The hotel industry has been working hard to convince investors that the technology and blockchain have the potential to revolutionise their business models.
However, many are not convinced, with some investors concerned that the currency could be used to hide money in the hotel room.
With the government’s latest guidance, there is now a greater emphasis on bitcoin as a potential payment option for some guests, but some are still sceptical about its value.
As a result, the hotel industry is exploring other payment options, such as the blockchain.
The technology behind the hotel chain is a cryptocurrency called Ether, which is being developed by the London-based blockchain startup Blockchain.
The company is developing a software to use a virtual currency called Ether in hotel booking processes, including booking hotel rooms.
The firm claims that Ether can be used as a payment option without the need for a bank account or credit card.
The aim is to enable people to pay for rooms using the hotel network without needing to pay an extra fee, while also saving hoteliers money in transaction fees.
While the company is not yet fully accepting Ether, it is working on a number of features which are being considered as part of the project.
Blockchain.io co-founder and CEO David Marcus told IBTimes UK that while he has yet to see any evidence of a surge in the currency’s value in the UK, he believes the company can help hoteliers with the issue.
“In the UK we are using a lot of fiat currencies and Bitcoin is one of those,” he said.
“The biggest challenge we face is the fact that we have no regulatory framework, we don’t have any legal framework to deal with the currency and there is no way for people to get their money out of there without resorting to fraud.”

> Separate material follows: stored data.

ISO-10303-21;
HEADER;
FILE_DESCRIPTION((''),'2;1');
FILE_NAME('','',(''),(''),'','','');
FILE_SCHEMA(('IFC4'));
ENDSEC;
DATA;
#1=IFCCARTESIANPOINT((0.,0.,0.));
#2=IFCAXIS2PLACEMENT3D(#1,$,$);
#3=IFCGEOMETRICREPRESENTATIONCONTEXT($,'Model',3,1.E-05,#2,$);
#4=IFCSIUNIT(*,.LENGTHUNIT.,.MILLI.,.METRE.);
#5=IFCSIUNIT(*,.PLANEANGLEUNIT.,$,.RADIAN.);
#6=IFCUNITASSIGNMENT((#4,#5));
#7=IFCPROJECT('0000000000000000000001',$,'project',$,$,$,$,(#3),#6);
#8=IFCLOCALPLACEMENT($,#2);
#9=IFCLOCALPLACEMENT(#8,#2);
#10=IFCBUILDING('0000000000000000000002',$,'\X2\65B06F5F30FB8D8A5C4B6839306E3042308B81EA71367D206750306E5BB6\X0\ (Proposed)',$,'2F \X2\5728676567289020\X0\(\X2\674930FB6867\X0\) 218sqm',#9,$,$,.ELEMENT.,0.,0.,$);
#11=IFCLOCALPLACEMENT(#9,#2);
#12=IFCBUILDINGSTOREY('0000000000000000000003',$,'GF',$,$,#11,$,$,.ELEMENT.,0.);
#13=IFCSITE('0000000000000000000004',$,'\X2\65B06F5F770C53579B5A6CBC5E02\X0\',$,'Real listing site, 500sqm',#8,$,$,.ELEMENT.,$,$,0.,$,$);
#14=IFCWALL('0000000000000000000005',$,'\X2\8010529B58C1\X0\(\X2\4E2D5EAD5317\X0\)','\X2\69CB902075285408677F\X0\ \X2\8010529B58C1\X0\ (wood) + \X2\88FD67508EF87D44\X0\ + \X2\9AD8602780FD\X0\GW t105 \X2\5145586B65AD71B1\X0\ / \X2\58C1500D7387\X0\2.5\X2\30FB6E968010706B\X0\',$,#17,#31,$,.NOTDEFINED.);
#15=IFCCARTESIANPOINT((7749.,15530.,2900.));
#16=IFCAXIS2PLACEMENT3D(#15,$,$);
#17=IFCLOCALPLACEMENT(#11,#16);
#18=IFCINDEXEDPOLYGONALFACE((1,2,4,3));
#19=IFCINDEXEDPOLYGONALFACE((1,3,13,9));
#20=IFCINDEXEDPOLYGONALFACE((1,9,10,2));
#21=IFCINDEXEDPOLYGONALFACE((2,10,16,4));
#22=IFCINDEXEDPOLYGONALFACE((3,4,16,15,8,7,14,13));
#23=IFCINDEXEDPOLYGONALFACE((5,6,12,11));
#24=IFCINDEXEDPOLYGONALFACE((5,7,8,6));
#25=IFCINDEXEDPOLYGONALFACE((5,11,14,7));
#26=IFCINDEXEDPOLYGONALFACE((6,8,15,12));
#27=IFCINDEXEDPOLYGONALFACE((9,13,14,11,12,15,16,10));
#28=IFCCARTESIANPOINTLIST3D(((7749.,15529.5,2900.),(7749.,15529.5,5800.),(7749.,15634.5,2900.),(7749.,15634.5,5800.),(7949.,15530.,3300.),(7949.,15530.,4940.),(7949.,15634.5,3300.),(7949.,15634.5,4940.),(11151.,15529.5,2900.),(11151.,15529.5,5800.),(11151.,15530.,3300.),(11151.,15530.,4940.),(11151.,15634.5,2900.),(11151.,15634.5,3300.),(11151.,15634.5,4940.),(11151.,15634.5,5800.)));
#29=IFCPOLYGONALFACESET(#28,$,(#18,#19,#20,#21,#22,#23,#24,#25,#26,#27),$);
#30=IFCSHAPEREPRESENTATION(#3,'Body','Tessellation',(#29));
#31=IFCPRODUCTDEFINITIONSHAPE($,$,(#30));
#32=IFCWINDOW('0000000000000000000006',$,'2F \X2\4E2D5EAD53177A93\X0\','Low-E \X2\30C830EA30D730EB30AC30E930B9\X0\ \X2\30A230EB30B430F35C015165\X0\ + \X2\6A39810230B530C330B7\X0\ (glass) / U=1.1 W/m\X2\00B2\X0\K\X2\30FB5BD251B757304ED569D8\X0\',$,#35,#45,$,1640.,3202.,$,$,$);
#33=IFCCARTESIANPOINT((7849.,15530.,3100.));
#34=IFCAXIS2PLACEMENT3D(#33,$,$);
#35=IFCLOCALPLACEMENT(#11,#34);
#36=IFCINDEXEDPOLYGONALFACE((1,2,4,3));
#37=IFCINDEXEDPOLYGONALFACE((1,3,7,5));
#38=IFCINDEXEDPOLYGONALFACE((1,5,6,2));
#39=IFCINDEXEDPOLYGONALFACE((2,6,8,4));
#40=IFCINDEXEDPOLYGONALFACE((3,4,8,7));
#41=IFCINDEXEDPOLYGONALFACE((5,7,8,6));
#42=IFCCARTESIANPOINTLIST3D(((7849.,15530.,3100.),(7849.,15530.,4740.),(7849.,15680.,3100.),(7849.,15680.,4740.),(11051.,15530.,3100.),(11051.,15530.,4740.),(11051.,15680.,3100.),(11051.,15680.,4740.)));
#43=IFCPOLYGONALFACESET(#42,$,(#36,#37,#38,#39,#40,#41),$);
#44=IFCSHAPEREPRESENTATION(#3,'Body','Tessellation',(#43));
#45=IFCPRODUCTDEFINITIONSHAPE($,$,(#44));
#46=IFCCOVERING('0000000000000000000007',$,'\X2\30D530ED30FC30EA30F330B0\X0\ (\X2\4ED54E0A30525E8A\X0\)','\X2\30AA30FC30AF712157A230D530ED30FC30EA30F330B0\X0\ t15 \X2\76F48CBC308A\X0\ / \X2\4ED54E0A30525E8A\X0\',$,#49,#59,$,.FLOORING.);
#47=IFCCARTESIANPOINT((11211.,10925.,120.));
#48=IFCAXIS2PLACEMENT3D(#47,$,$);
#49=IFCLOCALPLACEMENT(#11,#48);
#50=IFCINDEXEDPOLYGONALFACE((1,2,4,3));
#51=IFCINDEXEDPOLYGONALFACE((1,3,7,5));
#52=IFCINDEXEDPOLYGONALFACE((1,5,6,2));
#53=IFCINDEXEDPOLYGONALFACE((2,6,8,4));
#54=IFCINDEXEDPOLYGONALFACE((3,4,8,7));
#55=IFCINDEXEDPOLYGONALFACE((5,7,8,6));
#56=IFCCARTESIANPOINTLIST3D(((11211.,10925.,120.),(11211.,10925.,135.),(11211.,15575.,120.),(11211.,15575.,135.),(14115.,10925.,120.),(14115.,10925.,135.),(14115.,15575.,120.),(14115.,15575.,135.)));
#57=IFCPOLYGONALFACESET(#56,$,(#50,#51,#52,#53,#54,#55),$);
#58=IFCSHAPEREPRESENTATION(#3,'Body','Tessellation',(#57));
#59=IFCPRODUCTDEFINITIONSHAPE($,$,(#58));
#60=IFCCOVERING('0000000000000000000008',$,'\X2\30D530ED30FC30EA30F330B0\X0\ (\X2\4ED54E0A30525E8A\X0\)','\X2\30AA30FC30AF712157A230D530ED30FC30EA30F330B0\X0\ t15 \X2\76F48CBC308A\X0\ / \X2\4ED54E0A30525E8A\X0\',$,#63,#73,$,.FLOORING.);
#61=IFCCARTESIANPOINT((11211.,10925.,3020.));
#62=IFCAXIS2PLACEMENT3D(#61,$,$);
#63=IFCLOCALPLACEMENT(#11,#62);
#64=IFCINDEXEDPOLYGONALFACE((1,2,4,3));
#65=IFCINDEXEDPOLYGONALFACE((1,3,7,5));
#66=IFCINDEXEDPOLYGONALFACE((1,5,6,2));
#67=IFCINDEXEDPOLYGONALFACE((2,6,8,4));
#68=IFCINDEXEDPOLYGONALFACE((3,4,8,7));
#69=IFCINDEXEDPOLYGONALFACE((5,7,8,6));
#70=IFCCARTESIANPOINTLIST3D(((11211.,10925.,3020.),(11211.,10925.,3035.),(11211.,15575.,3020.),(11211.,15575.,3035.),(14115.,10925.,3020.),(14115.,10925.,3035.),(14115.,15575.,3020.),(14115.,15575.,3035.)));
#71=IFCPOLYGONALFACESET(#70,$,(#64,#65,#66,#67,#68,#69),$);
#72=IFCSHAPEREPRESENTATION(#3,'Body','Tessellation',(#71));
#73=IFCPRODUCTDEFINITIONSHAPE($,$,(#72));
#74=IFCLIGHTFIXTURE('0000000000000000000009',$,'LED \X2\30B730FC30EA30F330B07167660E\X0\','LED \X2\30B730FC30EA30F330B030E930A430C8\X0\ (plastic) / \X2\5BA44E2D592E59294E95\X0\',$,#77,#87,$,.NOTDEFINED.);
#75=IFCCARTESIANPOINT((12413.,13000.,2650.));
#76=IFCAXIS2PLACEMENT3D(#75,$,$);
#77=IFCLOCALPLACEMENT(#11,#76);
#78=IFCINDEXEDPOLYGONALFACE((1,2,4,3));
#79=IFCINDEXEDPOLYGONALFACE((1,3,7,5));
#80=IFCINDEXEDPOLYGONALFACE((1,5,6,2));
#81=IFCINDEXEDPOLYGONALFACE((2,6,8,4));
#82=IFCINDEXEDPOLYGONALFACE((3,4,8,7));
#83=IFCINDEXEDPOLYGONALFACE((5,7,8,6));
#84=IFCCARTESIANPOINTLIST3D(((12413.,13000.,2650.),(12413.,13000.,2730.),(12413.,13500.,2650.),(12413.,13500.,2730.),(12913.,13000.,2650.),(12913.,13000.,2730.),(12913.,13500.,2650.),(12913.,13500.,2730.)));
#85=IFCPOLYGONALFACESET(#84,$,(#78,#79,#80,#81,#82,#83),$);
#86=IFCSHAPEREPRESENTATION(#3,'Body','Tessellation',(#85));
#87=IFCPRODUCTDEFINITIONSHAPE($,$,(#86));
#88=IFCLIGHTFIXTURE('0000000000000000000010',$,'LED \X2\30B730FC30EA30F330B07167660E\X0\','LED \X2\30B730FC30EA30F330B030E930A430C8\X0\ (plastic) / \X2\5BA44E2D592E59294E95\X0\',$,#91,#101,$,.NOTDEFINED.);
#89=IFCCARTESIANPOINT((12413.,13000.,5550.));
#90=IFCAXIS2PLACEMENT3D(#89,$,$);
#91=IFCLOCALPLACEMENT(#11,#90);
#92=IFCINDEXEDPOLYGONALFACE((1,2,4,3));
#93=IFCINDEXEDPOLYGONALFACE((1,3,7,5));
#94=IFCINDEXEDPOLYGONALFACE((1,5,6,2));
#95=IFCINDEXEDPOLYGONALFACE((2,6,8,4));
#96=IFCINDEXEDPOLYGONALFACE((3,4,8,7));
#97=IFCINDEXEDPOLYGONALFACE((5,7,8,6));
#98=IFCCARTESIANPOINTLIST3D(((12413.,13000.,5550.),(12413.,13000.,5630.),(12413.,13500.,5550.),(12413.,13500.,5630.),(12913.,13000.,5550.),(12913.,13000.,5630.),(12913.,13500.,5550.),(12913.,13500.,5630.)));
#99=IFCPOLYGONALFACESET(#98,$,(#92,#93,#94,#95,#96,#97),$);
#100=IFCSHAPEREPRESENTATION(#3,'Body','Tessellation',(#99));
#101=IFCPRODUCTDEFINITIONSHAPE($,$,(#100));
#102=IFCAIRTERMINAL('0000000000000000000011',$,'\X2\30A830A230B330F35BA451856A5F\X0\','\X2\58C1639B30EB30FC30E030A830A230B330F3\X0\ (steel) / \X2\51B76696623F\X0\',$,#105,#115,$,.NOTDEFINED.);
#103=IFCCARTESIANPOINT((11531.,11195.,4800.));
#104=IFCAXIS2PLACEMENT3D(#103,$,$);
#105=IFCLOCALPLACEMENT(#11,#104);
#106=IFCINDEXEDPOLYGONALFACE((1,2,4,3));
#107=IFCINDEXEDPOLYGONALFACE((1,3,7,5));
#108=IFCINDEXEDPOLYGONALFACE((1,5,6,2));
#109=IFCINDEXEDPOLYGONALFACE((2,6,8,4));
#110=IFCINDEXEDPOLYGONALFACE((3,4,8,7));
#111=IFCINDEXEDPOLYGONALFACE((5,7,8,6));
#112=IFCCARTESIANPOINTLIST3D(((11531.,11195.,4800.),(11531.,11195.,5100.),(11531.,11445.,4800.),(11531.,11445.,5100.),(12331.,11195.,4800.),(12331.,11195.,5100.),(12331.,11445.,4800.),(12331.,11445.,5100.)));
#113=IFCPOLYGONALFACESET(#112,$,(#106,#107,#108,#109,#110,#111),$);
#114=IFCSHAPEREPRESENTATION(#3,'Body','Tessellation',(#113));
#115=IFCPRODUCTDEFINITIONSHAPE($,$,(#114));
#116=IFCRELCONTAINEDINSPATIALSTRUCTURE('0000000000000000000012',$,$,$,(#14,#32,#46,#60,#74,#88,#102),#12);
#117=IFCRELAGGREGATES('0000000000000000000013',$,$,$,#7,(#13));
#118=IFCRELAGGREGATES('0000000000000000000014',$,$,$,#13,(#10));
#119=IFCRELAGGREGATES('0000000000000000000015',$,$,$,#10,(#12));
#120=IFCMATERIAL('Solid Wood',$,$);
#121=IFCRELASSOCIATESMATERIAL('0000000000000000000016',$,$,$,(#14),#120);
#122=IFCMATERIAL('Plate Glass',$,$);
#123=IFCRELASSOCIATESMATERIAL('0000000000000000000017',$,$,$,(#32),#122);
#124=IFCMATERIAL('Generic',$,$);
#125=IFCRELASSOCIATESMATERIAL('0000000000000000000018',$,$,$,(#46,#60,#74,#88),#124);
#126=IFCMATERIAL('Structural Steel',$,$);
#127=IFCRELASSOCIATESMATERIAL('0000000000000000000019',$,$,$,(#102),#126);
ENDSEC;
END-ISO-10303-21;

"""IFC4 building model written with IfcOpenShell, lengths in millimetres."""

from ifc_helpers import new_model, si_unit, frame, frame_2d, origin, place, context, project, spatial, rectangle, extrude, material, element, fill, save


model = new_model("IFC4")

# Units and contexts
model_context = context("Model", 3, precision=1e-05, world=origin())
ifc_project = project(units=[si_unit("LENGTHUNIT", "METRE", prefix="MILLI"), si_unit("PLANEANGLEUNIT", "RADIAN")], contexts=[model_context])

# Site, building, storey
site_placement = place(None, origin())
site = spatial("IfcSite", under=ifc_project, at=site_placement, Name="新潟県南魚沼市", ObjectType="Real listing site, 500sqm", CompositionType="ELEMENT", RefElevation=0.0)
building_placement = place(site_placement, origin())
building = spatial("IfcBuilding", under=site, at=building_placement, Name="新潟・越屋根のある自然素材の家 (Proposed)", ObjectType="2F 在来木造(杉・桧) 218sqm", CompositionType="ELEMENT", ElevationOfRefHeight=0.0, ElevationOfTerrain=0.0)
storey_placement = place(building_placement, origin())
storey = spatial("IfcBuildingStorey", under=building, at=storey_placement, Name="GF", CompositionType="ELEMENT", Elevation=0.0)

# Shared definitions
ifc_material_1 = material(Name="Solid Wood")

# Wall, opening, window
ifc_material_2 = material(Name="Plate Glass")
wall_1_placement = place(storey_placement, frame((7749.0, 15530.0, 2900.0)))
wall_1 = element("IfcWall", 1, at=wall_1_placement, inside=storey, material=ifc_material_1, Name="耐力壁(中庭北)", Description="構造用合板 耐力壁 (wood) + 製材軸組 + 高性能GW t105 充填断熱 / 壁倍率2.5・準耐火", PredefinedType="NOTDEFINED", context=model_context, shape_type="SweptSolid", body=[
    extrude(rectangle(XDim=3402.0, YDim=105.0, at=frame_2d((1701.0, 52.0))), frame((7749.0, 15530.0, 2900.0)), (0.0, 0.0, 1.0), 2900.0),
])
opening_1_placement = place(storey_placement, frame((7849.0, 15530.0, 3100.0)))
opening_1 = element("IfcOpeningElement", 2, at=opening_1_placement, cuts=wall_1, PredefinedType="NOTDEFINED", context=model_context, shape_type="SweptSolid", body=[
    extrude(rectangle(XDim=3202.0, YDim=150.0, at=frame_2d((1601.0, 75.0))), frame((7849.0, 15530.0, 3100.0)), (0.0, 0.0, 1.0), 1640.0),
])
window_1_placement = place(storey_placement, frame((7849.0, 15530.0, 3100.0)))
window_1 = element("IfcWindow", 3, at=window_1_placement, inside=storey, material=ifc_material_2, Name="2F 中庭北窓", Description="Low-E トリプルガラス アルゴン封入 + 樹脂サッシ (glass) / U=1.1 W/m²K・寒冷地仕様", OverallHeight=1640.0, OverallWidth=3202.0, context=model_context, shape_type="SweptSolid", body=[
    extrude(rectangle(XDim=3202.0, YDim=150.0, at=frame_2d((1601.0, 75.0))), frame((7849.0, 15530.0, 3100.0)), (0.0, 0.0, 1.0), 1640.0),
])
fill(opening_1, window_1)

The aim, according to Mr Marcus, is to “make a crypto currency that is a global payment platform, not an intermediary between bank accounts or credit cards.”
The hotel industry, which accounts for around 12% of the UK’s £50 billion economy, is currently using the blockchain as part the platform to make the process of booking hotel room more efficient and secure.

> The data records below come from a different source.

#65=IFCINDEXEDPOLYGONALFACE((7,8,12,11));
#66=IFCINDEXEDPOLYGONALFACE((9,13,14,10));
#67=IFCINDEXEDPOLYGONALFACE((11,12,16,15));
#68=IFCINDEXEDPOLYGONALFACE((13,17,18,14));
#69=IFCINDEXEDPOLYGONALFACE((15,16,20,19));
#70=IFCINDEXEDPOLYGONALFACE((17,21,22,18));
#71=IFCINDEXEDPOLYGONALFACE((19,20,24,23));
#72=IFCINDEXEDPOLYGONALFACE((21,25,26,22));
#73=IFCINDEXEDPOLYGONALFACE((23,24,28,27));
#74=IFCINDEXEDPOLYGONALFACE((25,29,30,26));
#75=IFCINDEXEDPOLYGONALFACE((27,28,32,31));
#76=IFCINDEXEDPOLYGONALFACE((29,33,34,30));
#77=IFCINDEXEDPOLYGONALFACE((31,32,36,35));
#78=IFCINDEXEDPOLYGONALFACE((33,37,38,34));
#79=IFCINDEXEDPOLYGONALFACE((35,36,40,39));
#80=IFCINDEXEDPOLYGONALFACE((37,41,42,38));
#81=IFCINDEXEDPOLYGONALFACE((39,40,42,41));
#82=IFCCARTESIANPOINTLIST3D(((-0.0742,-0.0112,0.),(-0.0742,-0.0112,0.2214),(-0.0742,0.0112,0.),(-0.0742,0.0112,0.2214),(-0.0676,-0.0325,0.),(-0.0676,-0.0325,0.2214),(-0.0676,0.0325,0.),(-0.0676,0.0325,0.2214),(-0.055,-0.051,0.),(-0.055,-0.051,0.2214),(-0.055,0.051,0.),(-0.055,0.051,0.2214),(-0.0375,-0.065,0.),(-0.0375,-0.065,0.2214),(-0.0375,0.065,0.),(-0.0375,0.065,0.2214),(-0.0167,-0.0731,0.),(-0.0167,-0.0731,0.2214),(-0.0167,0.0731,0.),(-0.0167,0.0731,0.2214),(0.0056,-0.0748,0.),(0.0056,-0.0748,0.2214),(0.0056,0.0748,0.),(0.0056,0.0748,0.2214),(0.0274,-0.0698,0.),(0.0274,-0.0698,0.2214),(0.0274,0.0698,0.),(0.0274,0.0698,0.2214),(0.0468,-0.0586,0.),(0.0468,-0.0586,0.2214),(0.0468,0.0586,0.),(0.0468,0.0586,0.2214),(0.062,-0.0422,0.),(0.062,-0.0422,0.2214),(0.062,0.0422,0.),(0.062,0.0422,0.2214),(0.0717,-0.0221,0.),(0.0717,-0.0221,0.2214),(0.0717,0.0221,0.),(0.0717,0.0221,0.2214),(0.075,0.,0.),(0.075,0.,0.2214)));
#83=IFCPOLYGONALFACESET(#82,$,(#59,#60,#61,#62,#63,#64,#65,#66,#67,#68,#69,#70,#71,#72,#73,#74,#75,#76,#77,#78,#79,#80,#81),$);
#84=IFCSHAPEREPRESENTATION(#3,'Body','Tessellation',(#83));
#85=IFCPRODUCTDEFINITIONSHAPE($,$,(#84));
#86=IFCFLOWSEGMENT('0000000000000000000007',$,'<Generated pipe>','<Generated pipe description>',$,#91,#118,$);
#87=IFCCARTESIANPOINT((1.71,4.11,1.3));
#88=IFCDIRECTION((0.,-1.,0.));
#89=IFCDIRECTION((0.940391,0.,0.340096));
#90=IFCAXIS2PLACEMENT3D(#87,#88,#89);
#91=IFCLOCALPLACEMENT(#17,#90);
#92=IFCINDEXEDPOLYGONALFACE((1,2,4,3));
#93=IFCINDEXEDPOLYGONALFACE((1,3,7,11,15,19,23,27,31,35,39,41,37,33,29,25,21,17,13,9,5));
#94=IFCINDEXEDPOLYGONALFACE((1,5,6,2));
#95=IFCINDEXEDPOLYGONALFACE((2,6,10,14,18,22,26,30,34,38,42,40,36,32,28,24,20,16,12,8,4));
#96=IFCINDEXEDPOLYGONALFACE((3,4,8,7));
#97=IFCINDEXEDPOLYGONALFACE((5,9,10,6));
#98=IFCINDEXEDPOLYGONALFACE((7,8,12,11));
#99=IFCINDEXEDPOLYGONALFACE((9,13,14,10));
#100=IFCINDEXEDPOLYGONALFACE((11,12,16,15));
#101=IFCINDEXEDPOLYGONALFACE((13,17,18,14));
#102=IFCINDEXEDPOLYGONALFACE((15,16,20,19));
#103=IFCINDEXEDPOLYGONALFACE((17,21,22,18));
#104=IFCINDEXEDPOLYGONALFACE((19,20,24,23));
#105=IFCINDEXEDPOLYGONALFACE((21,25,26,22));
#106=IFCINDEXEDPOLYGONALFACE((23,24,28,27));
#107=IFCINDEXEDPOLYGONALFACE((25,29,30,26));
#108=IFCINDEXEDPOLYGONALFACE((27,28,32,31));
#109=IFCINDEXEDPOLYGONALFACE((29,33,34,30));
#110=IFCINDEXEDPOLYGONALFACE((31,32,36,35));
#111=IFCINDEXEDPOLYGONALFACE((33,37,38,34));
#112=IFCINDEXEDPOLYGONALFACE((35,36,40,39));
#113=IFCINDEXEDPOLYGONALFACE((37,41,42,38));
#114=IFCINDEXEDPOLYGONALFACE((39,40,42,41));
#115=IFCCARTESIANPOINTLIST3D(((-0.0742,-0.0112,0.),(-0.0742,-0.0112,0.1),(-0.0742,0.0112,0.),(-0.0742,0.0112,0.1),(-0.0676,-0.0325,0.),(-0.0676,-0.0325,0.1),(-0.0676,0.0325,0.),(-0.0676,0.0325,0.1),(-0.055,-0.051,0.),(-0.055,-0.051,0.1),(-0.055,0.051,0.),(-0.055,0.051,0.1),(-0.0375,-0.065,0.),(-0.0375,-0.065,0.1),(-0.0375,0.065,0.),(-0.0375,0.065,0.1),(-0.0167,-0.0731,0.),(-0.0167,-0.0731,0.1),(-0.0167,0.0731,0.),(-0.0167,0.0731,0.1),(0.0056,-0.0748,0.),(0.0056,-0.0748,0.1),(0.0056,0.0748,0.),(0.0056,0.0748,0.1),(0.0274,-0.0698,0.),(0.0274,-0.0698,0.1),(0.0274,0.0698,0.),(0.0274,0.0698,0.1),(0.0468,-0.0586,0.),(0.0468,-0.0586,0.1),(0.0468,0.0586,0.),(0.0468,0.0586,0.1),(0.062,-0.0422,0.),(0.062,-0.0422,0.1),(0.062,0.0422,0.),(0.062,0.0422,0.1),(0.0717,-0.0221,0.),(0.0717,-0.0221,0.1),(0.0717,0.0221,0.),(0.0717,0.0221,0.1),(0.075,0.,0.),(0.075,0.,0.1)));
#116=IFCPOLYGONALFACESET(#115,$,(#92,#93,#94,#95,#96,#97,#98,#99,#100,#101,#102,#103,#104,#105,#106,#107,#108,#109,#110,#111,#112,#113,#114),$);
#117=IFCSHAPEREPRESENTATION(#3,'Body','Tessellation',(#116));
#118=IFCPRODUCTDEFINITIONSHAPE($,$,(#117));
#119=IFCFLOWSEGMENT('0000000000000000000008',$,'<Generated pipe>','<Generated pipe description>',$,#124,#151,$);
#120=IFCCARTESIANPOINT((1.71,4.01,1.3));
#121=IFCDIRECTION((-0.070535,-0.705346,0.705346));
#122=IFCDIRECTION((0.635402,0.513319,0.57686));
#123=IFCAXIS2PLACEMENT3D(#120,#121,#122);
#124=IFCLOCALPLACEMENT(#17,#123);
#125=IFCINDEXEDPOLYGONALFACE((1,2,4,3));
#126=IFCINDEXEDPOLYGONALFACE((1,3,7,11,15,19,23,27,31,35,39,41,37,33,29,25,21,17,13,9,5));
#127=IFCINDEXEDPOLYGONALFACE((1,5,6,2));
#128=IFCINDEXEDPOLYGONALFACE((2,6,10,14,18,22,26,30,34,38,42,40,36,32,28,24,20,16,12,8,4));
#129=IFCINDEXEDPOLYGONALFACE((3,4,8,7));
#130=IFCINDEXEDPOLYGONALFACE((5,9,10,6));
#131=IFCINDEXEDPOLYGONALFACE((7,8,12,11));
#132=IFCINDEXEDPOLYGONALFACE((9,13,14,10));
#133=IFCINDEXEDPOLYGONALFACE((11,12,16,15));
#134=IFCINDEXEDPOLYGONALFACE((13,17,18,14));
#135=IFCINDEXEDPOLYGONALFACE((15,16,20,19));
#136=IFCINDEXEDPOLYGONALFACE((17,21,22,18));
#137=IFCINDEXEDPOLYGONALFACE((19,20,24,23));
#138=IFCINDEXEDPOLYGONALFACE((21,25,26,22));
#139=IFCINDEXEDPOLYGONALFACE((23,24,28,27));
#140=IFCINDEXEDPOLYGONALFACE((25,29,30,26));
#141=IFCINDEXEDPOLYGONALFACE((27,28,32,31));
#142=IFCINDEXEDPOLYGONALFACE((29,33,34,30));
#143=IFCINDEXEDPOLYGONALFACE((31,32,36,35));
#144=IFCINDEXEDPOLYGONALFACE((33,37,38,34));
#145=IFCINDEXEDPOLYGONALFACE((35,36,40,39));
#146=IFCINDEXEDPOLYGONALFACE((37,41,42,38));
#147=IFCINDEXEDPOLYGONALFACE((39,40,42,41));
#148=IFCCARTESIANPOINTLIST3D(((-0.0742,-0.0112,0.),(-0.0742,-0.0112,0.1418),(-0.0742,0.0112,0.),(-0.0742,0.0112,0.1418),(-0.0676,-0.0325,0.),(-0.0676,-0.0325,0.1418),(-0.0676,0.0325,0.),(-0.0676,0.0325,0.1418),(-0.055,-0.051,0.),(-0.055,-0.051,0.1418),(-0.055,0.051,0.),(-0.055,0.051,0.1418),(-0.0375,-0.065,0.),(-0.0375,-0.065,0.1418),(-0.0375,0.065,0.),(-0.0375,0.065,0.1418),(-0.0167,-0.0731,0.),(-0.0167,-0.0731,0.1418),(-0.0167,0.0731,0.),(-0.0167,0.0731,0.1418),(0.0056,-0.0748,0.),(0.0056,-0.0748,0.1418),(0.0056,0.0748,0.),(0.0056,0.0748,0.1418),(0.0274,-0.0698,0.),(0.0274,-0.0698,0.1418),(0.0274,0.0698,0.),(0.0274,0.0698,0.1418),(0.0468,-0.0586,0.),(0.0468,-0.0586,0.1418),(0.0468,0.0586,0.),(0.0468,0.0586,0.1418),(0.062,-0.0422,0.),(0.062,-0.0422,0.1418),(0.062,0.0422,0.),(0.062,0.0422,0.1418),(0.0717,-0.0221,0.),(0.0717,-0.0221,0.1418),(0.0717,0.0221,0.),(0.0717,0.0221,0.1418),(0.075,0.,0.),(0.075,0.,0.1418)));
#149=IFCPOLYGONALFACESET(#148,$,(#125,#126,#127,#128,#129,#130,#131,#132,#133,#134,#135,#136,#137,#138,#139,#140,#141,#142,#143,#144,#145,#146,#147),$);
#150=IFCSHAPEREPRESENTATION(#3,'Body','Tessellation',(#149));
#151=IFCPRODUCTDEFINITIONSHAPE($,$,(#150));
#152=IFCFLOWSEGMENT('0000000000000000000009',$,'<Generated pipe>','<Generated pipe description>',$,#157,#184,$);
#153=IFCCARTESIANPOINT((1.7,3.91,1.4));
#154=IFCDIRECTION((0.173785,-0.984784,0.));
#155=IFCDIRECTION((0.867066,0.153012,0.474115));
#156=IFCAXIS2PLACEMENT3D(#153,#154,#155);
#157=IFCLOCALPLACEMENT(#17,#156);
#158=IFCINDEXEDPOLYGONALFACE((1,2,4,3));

According to the company, its goal is to have Ether-enabled hotels on the market by the end of 2019.
Mr Marcus said that although Ether-based currencies will be a “long way off” for most people, they will allow for a “safer and more secure” payment method for hoteliers.
However he added that he was not worried about the currency becoming a money laundering tool.
“We have no idea if it will be used for money laundering or not,” he told Ibtimes UK.
“But if you want to make sure you don’t get caught up in the money laundering game, you don-t want to use Ether.”